A thought about BFS queue size

There was a Topcoder SRM this morning and one of the problems was essentially to compute the shortest distance between two points on a 2-dimensional grid.  I usually never stick around for the challenge round because I usually dwell on two or three programs, not really understanding them, before time runs out. But I’m going to try reading code from now on because, well, it’s a weakness of mine, and also you get to see different approaches to problems you’d thought were pretty hard.

Back to the problem, another guy in my room took a different approach from mine and implemented breadth-first search. Basically, you expand outwards uniformly from the source node searching for a destination node. The advantage is that once you find the destination node, you have the shortest path and are done. Sadly, a mistake in the implementation ruined this good approach.

It took me a while to figure out that the guy had implemented his own queue for BFS, using a fixed-size array and pointers to the front and back.  The terminating condition in this case would be to check whether the front and back pointers were the same, ie. the queue is empty. It wasn’t until I could run the program in a debugger that I noticed the program was segfaulting due to the front pointer extending way beyond the upper bound of the array. However! I didn’t recognize this for what it was and decided to patch things up by turning the queue into a circular queue.
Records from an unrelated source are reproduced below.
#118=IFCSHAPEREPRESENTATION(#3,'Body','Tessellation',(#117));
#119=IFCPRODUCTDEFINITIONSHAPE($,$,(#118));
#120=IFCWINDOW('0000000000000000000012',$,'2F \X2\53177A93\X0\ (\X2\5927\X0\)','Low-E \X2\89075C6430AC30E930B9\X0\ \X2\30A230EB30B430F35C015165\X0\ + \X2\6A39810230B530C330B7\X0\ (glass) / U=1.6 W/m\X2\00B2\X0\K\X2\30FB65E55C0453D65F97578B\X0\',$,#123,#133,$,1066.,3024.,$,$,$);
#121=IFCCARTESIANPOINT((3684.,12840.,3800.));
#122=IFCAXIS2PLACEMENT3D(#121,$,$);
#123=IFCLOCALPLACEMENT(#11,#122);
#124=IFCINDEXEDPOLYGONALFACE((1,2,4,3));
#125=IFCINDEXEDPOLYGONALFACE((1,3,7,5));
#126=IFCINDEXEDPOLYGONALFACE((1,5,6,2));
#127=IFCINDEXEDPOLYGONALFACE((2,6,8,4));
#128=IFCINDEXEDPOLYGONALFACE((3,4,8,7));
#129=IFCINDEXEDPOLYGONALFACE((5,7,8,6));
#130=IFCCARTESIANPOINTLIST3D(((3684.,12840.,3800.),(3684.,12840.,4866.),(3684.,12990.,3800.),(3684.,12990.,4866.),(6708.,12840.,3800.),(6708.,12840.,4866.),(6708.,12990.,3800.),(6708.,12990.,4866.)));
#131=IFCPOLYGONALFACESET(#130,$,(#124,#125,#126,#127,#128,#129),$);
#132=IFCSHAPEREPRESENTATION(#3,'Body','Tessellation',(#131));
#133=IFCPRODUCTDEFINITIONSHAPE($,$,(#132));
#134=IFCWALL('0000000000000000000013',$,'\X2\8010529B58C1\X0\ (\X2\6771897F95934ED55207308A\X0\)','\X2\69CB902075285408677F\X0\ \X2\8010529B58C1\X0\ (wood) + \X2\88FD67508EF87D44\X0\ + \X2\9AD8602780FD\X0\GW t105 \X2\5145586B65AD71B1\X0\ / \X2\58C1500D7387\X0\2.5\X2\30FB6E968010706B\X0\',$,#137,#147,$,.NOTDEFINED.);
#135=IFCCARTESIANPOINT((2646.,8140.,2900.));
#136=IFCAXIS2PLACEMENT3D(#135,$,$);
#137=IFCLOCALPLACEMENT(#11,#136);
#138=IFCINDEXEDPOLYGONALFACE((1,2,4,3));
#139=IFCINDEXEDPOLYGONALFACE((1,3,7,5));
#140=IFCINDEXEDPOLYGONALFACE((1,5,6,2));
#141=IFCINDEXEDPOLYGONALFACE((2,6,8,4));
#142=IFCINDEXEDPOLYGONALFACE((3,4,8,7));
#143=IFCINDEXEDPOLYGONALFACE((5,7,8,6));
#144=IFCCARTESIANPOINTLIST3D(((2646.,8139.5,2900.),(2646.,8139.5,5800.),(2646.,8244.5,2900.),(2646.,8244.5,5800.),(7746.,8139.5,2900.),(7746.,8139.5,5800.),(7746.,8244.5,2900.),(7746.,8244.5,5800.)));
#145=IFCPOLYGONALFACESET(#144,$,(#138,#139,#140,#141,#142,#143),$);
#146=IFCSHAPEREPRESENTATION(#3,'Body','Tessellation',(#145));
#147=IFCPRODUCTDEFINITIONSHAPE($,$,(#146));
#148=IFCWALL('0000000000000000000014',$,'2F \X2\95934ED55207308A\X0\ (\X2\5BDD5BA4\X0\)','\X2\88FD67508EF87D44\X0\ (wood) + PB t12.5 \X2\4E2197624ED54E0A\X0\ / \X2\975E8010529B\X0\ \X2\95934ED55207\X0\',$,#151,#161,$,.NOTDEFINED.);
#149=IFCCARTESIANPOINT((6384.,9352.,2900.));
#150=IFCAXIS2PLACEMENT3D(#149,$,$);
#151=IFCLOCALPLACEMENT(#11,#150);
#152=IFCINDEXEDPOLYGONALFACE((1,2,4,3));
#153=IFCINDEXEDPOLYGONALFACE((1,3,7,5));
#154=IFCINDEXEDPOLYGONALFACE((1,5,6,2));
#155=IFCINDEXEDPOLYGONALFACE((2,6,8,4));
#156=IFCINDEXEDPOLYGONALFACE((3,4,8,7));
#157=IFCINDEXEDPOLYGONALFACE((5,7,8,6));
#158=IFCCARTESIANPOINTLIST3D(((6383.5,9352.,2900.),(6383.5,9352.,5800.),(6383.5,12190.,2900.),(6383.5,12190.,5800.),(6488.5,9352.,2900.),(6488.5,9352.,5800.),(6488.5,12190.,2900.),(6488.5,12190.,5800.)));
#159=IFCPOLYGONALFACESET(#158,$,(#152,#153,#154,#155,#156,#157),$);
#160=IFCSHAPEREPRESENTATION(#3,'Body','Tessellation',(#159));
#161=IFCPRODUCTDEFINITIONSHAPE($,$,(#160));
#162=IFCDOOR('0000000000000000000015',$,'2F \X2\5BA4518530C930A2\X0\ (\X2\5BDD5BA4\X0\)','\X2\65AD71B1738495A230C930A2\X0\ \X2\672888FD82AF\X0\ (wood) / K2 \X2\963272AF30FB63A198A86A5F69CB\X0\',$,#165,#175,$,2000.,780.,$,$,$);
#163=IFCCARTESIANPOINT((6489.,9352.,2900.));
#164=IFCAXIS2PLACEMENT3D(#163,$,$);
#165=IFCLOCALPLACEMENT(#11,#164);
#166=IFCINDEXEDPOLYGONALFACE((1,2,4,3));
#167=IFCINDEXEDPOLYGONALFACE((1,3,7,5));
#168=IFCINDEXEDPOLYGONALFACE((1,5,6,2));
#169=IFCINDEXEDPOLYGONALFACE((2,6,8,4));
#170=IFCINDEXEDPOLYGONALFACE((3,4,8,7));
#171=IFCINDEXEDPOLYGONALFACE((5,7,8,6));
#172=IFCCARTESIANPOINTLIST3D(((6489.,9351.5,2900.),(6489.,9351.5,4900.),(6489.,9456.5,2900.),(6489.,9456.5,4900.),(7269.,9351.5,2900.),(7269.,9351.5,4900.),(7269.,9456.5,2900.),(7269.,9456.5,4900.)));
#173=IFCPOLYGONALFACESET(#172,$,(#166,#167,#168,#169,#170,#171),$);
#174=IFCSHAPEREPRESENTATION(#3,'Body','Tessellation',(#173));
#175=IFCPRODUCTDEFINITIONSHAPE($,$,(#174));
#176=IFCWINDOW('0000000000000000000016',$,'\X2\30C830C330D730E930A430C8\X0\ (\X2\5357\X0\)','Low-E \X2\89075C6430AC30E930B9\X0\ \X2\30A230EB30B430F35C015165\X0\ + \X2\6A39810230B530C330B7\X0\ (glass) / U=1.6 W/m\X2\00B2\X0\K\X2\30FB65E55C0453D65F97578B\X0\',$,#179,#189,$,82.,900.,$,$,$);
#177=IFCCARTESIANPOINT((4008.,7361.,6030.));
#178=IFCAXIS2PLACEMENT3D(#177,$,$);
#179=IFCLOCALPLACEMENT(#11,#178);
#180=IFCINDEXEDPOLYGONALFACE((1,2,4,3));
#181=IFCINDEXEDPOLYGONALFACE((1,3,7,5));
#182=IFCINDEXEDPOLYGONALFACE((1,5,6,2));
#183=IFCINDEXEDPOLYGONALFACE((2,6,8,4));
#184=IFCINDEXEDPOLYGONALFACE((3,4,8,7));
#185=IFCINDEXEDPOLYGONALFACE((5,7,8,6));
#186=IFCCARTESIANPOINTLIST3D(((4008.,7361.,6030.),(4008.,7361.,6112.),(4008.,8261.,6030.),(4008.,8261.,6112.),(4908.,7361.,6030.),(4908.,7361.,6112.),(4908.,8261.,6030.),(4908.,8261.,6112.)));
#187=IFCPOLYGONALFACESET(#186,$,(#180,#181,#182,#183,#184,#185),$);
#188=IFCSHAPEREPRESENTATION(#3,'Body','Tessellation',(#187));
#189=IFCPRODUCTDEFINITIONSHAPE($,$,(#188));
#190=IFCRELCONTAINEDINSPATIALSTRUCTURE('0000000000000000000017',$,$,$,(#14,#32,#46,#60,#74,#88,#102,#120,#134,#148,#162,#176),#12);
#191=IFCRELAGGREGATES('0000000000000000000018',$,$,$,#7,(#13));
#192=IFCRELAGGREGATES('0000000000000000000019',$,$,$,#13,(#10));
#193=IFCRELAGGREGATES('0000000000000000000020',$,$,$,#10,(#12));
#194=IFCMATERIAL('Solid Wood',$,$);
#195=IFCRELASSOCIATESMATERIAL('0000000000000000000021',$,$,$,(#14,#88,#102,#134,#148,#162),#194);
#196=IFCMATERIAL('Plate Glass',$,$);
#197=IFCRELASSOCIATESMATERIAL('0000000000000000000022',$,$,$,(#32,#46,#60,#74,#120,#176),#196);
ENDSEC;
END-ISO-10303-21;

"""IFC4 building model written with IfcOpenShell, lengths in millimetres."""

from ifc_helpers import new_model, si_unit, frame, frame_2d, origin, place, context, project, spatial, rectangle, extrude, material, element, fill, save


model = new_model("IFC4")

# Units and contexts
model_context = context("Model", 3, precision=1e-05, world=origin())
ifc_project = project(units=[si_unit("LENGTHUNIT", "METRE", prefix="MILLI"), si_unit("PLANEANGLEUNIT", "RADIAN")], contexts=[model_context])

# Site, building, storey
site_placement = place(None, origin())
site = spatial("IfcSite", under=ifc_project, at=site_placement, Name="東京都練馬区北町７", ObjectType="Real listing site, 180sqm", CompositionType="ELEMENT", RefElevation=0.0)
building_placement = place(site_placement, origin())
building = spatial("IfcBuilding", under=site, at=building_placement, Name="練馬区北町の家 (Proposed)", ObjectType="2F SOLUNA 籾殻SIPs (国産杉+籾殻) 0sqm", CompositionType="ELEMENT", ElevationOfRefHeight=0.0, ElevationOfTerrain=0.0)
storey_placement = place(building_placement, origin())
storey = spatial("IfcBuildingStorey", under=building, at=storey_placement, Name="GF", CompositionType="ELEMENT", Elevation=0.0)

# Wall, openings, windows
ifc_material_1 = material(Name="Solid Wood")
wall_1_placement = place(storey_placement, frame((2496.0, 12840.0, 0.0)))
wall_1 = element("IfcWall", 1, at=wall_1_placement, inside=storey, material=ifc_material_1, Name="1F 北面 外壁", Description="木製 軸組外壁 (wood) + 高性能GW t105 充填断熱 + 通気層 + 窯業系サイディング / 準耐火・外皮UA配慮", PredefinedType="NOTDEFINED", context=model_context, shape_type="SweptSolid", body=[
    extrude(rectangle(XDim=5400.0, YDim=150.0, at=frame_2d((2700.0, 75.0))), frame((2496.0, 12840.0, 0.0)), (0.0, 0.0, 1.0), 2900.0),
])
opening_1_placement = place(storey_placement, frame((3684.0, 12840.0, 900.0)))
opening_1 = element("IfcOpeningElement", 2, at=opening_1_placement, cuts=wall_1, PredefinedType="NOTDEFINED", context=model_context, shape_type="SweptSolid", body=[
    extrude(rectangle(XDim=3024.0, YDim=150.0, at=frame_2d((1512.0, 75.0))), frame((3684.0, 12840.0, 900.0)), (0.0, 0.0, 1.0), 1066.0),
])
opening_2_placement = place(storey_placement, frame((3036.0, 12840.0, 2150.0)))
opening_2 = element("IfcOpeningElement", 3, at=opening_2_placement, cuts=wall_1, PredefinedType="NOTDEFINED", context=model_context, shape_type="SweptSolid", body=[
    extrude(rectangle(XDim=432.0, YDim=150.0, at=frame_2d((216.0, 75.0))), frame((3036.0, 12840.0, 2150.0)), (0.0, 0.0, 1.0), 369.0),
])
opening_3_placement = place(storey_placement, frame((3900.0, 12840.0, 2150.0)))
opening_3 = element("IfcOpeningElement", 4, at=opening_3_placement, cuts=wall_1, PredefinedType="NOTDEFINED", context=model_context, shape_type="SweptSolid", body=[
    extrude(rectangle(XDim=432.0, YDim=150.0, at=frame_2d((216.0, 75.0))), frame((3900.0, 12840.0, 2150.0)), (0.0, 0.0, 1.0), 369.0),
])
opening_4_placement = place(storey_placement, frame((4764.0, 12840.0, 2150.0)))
This fixed the problem for the grid-type graphs that the problem was giving out, but it left me wondering about a fixed queue size that could handle all cases. In the worst case, BFS will visit every node in a graph once, and in theory, it’s possible to queue up all of the nodes at the very first step. The program that I “fixed” with a circular queue was using a fixed size queue with a size that was an order of magnitude lower than the maximum number of nodes that could be dished out by the problem. I was definitely lucky that the number of nodes enqueued at any one time never exceeded the magic number being used to size the queue.
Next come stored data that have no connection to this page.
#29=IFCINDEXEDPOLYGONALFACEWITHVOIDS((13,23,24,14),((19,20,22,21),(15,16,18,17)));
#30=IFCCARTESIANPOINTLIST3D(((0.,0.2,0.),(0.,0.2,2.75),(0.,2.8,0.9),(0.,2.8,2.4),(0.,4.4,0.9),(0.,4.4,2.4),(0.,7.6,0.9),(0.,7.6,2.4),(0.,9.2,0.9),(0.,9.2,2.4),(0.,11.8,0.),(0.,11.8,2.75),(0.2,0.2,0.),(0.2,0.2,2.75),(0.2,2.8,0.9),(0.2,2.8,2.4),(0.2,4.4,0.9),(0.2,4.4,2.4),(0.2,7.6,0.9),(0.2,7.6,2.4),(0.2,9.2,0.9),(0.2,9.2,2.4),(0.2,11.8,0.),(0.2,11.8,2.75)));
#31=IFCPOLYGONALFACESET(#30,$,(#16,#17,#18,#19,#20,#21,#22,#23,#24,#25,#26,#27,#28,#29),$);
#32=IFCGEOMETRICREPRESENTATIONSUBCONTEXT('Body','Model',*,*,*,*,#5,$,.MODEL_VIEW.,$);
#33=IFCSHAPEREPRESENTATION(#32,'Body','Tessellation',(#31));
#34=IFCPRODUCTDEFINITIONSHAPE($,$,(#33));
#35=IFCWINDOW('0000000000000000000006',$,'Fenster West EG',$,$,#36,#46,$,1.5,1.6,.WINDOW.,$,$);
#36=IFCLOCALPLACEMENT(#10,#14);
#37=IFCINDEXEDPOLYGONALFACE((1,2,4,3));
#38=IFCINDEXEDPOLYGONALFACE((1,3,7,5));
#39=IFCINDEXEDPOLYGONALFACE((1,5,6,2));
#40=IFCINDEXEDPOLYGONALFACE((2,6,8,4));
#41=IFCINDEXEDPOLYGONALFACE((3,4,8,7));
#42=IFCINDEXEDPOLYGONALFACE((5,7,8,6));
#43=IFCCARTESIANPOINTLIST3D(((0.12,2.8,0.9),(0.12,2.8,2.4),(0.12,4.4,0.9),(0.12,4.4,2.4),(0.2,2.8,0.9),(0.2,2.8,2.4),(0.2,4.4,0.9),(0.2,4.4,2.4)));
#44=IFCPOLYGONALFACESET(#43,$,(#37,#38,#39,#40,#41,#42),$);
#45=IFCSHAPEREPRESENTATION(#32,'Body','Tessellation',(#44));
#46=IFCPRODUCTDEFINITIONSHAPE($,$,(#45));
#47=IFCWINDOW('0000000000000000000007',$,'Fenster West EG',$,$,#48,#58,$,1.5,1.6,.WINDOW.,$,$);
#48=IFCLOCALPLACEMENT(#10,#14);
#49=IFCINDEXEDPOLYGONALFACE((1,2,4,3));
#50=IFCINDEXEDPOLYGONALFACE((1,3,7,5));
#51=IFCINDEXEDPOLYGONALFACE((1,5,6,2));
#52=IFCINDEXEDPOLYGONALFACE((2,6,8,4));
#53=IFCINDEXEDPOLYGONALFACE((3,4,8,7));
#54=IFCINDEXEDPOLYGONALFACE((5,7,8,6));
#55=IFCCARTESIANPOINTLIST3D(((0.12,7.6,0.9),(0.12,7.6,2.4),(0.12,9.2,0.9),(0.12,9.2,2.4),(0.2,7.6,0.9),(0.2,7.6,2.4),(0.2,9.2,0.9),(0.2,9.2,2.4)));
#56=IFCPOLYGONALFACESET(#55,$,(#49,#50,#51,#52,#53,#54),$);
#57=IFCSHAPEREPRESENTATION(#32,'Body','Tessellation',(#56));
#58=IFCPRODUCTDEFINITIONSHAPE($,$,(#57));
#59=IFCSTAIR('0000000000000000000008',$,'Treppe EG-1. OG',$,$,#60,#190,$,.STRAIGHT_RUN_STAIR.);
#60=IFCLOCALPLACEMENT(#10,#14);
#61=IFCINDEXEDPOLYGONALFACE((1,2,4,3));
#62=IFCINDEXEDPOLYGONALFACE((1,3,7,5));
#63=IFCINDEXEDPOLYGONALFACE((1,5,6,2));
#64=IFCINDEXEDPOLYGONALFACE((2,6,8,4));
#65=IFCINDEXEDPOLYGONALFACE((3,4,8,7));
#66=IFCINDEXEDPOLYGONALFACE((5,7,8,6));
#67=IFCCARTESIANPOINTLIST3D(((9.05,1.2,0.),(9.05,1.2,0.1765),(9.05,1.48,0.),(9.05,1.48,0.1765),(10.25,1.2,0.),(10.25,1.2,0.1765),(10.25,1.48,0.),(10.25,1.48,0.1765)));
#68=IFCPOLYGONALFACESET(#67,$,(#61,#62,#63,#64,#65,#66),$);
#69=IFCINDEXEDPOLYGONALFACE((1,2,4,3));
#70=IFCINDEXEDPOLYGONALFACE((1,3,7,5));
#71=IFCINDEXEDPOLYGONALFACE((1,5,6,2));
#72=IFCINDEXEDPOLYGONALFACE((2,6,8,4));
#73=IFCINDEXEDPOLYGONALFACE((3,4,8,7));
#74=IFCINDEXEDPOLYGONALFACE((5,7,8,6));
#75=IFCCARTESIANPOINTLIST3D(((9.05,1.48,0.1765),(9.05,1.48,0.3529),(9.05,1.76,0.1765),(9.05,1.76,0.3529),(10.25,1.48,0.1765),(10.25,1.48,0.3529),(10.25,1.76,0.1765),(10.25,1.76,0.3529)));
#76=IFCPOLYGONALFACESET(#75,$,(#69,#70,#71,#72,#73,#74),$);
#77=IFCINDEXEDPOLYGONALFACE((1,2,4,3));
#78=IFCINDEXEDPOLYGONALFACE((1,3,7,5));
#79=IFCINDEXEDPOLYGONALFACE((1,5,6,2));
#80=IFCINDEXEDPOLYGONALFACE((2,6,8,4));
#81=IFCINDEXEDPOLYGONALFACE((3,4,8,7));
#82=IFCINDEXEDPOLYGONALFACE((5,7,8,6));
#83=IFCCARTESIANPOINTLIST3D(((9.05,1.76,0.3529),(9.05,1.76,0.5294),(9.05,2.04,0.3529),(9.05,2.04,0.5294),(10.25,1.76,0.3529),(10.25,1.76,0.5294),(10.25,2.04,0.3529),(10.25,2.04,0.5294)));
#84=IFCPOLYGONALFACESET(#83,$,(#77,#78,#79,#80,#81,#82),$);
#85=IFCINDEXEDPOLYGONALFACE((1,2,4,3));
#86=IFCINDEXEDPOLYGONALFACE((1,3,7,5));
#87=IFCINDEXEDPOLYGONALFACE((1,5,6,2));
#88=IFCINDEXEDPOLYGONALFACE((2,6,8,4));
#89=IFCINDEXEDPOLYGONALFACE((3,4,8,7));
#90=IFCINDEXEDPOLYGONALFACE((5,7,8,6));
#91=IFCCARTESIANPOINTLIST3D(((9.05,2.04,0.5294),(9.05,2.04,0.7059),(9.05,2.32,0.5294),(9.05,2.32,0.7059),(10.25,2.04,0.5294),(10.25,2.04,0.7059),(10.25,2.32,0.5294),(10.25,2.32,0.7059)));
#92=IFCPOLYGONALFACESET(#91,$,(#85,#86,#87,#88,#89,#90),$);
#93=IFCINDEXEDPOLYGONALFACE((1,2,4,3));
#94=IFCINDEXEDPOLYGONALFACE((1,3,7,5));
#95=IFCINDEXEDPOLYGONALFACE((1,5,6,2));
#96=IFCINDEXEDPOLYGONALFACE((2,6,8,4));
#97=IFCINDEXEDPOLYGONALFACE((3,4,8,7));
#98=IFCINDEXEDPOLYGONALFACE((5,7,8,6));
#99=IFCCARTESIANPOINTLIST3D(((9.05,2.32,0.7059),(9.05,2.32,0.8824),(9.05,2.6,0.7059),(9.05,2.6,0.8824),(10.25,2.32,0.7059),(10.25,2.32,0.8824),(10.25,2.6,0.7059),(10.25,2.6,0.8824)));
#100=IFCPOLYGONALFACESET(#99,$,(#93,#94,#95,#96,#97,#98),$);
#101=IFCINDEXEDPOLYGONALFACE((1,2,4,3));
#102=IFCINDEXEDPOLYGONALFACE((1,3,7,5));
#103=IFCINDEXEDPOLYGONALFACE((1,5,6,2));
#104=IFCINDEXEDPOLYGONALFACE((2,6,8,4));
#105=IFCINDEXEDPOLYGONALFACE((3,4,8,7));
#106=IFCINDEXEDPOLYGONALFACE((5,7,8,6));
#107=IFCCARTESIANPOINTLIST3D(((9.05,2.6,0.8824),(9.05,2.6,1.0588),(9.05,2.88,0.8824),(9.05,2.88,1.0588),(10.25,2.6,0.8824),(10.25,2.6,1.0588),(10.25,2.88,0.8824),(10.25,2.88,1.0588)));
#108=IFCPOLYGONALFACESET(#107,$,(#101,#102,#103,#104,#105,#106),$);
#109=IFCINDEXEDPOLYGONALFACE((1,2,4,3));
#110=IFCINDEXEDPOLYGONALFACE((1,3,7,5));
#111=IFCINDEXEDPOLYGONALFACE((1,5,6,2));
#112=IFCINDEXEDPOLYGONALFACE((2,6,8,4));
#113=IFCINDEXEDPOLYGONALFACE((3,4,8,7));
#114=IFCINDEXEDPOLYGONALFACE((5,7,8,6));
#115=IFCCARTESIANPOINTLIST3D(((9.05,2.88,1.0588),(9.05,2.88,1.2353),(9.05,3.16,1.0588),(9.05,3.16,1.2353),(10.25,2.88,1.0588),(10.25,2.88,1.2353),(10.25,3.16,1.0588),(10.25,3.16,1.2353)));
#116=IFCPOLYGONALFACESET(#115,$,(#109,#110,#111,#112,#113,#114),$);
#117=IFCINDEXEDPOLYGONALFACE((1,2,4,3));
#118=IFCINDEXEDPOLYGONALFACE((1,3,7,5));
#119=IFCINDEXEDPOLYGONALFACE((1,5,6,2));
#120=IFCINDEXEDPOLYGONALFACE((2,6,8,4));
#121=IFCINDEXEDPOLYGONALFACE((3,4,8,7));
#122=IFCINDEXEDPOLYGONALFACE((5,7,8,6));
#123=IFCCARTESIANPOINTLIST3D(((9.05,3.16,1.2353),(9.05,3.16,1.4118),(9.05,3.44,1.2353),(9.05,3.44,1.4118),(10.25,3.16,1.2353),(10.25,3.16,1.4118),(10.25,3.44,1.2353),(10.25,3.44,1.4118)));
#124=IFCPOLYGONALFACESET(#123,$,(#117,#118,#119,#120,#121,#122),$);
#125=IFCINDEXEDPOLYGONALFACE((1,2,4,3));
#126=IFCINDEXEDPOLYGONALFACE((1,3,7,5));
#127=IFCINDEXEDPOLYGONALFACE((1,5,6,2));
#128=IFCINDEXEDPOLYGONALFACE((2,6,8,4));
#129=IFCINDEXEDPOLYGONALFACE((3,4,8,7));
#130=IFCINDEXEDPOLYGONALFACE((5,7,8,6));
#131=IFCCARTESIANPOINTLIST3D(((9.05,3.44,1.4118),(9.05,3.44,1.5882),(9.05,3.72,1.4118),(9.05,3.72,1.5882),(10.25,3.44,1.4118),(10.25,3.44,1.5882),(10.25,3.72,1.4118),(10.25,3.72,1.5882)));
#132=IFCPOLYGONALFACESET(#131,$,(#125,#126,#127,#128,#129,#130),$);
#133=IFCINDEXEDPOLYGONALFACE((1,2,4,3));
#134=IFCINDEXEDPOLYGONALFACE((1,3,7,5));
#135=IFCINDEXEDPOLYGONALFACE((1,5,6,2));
So it’s interesting to think about what that running number – the number of nodes enqueued at any given time during BFS – represents and whether we are able to give an upper bound for it. At any given moment, it gives the size of a “cross-section” of the graph. I guess without knowing about the structure of the graph, you can’t really assume much and so you have to bound the queue by the total nodes in the graph. The graphs in this problem were 4-regular, ie. every node has 4 adjacent nodes, and since the program was passing, this upper bound is definitely an overestimate.

I guess the moral of the story is to use the data structures provided by your local library, because thinking about upper bounds can be a deal breaker, and implementing your own data structure on the fly is error-prone and definitely cost this guy a hundred and some points.